* **GIVEN RECORDS**
· · ·
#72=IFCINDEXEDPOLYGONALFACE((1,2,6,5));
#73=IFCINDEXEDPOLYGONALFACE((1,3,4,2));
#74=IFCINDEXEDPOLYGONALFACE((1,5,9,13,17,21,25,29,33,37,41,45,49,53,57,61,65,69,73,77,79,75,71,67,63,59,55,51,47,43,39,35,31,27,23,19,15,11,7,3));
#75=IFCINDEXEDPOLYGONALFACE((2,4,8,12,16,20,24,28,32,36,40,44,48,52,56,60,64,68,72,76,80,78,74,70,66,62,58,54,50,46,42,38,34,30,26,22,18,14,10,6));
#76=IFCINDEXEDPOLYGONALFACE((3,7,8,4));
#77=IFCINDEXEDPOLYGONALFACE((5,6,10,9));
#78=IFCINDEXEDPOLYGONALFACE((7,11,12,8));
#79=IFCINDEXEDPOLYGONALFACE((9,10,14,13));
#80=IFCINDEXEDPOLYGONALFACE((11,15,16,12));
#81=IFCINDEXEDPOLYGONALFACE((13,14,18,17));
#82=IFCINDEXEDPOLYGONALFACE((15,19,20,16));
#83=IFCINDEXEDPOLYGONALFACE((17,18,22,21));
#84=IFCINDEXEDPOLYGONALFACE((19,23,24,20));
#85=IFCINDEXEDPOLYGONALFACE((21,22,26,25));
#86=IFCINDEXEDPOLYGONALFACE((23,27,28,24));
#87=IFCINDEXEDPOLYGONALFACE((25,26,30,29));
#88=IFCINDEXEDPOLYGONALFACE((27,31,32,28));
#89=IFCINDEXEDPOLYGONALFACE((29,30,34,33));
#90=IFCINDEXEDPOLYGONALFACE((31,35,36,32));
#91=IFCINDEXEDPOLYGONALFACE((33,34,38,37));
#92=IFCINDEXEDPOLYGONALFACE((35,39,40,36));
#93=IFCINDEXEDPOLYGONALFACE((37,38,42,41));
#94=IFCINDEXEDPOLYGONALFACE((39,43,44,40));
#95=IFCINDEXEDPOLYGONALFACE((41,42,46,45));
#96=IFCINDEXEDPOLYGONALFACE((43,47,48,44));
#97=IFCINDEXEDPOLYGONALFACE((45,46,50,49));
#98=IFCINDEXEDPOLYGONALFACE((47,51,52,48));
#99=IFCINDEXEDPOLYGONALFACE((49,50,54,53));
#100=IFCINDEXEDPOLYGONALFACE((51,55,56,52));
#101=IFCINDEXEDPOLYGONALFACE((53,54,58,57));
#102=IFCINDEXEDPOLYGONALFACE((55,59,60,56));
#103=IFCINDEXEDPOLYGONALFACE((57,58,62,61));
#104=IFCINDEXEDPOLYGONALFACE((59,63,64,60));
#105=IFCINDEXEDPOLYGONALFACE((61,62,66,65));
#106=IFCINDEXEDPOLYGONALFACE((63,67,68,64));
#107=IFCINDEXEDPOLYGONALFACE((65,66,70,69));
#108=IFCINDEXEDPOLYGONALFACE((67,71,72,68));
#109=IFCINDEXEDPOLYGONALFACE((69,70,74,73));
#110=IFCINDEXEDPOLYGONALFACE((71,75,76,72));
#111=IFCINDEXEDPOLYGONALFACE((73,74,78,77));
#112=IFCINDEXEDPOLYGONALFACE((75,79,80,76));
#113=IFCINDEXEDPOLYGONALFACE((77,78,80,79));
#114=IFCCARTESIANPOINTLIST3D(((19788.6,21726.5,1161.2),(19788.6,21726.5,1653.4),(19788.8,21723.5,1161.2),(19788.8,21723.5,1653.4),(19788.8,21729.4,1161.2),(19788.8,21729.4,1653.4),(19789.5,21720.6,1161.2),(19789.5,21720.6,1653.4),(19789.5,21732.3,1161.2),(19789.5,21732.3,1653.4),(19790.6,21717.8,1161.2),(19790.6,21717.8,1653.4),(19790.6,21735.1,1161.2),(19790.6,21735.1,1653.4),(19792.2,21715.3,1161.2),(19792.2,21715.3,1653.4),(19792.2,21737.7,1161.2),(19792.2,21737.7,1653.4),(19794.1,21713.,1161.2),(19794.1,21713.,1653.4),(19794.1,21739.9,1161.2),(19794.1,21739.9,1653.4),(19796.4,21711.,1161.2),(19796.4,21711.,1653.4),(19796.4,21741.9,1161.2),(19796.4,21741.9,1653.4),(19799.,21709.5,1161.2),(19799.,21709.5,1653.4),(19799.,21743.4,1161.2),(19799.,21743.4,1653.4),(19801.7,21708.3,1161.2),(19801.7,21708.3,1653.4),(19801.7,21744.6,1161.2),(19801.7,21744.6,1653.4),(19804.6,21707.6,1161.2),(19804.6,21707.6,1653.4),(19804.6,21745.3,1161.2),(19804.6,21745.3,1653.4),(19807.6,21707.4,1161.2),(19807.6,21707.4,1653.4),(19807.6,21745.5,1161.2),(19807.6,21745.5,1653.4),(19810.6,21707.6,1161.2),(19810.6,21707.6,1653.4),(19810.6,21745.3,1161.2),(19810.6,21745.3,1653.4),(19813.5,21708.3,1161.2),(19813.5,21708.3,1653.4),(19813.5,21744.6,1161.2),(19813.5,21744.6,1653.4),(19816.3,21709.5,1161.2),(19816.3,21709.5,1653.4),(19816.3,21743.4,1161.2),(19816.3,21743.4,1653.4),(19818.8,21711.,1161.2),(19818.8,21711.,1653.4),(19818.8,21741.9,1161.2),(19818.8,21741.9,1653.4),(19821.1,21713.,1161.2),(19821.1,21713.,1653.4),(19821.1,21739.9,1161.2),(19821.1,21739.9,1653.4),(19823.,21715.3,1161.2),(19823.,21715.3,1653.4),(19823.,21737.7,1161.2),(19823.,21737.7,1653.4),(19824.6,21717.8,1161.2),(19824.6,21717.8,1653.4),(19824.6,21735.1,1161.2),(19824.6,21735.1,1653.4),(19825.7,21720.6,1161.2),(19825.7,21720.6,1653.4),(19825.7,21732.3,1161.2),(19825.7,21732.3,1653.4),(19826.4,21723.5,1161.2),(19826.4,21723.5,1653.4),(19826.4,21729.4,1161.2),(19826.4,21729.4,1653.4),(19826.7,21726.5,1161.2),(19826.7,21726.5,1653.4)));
· · ·
* **TASK DETAILS**
Word for word, quote the lines of the material from the first line through the line with "#83=IFCINDEXEDPOLYGONALFACE((17,18,22,21));", both ends included.

* **SOLUTION**
#72=IFCINDEXEDPOLYGONALFACE((1,2,6,5));
#73=IFCINDEXEDPOLYGONALFACE((1,3,4,2));
#74=IFCINDEXEDPOLYGONALFACE((1,5,9,13,17,21,25,29,33,37,41,45,49,53,57,61,65,69,73,77,79,75,71,67,63,59,55,51,47,43,39,35,31,27,23,19,15,11,7,3));
#75=IFCINDEXEDPOLYGONALFACE((2,4,8,12,16,20,24,28,32,36,40,44,48,52,56,60,64,68,72,76,80,78,74,70,66,62,58,54,50,46,42,38,34,30,26,22,18,14,10,6));
#76=IFCINDEXEDPOLYGONALFACE((3,7,8,4));
#77=IFCINDEXEDPOLYGONALFACE((5,6,10,9));
#78=IFCINDEXEDPOLYGONALFACE((7,11,12,8));
#79=IFCINDEXEDPOLYGONALFACE((9,10,14,13));
#80=IFCINDEXEDPOLYGONALFACE((11,15,16,12));
#81=IFCINDEXEDPOLYGONALFACE((13,14,18,17));
#82=IFCINDEXEDPOLYGONALFACE((15,19,20,16));
#83=IFCINDEXEDPOLYGONALFACE((17,18,22,21));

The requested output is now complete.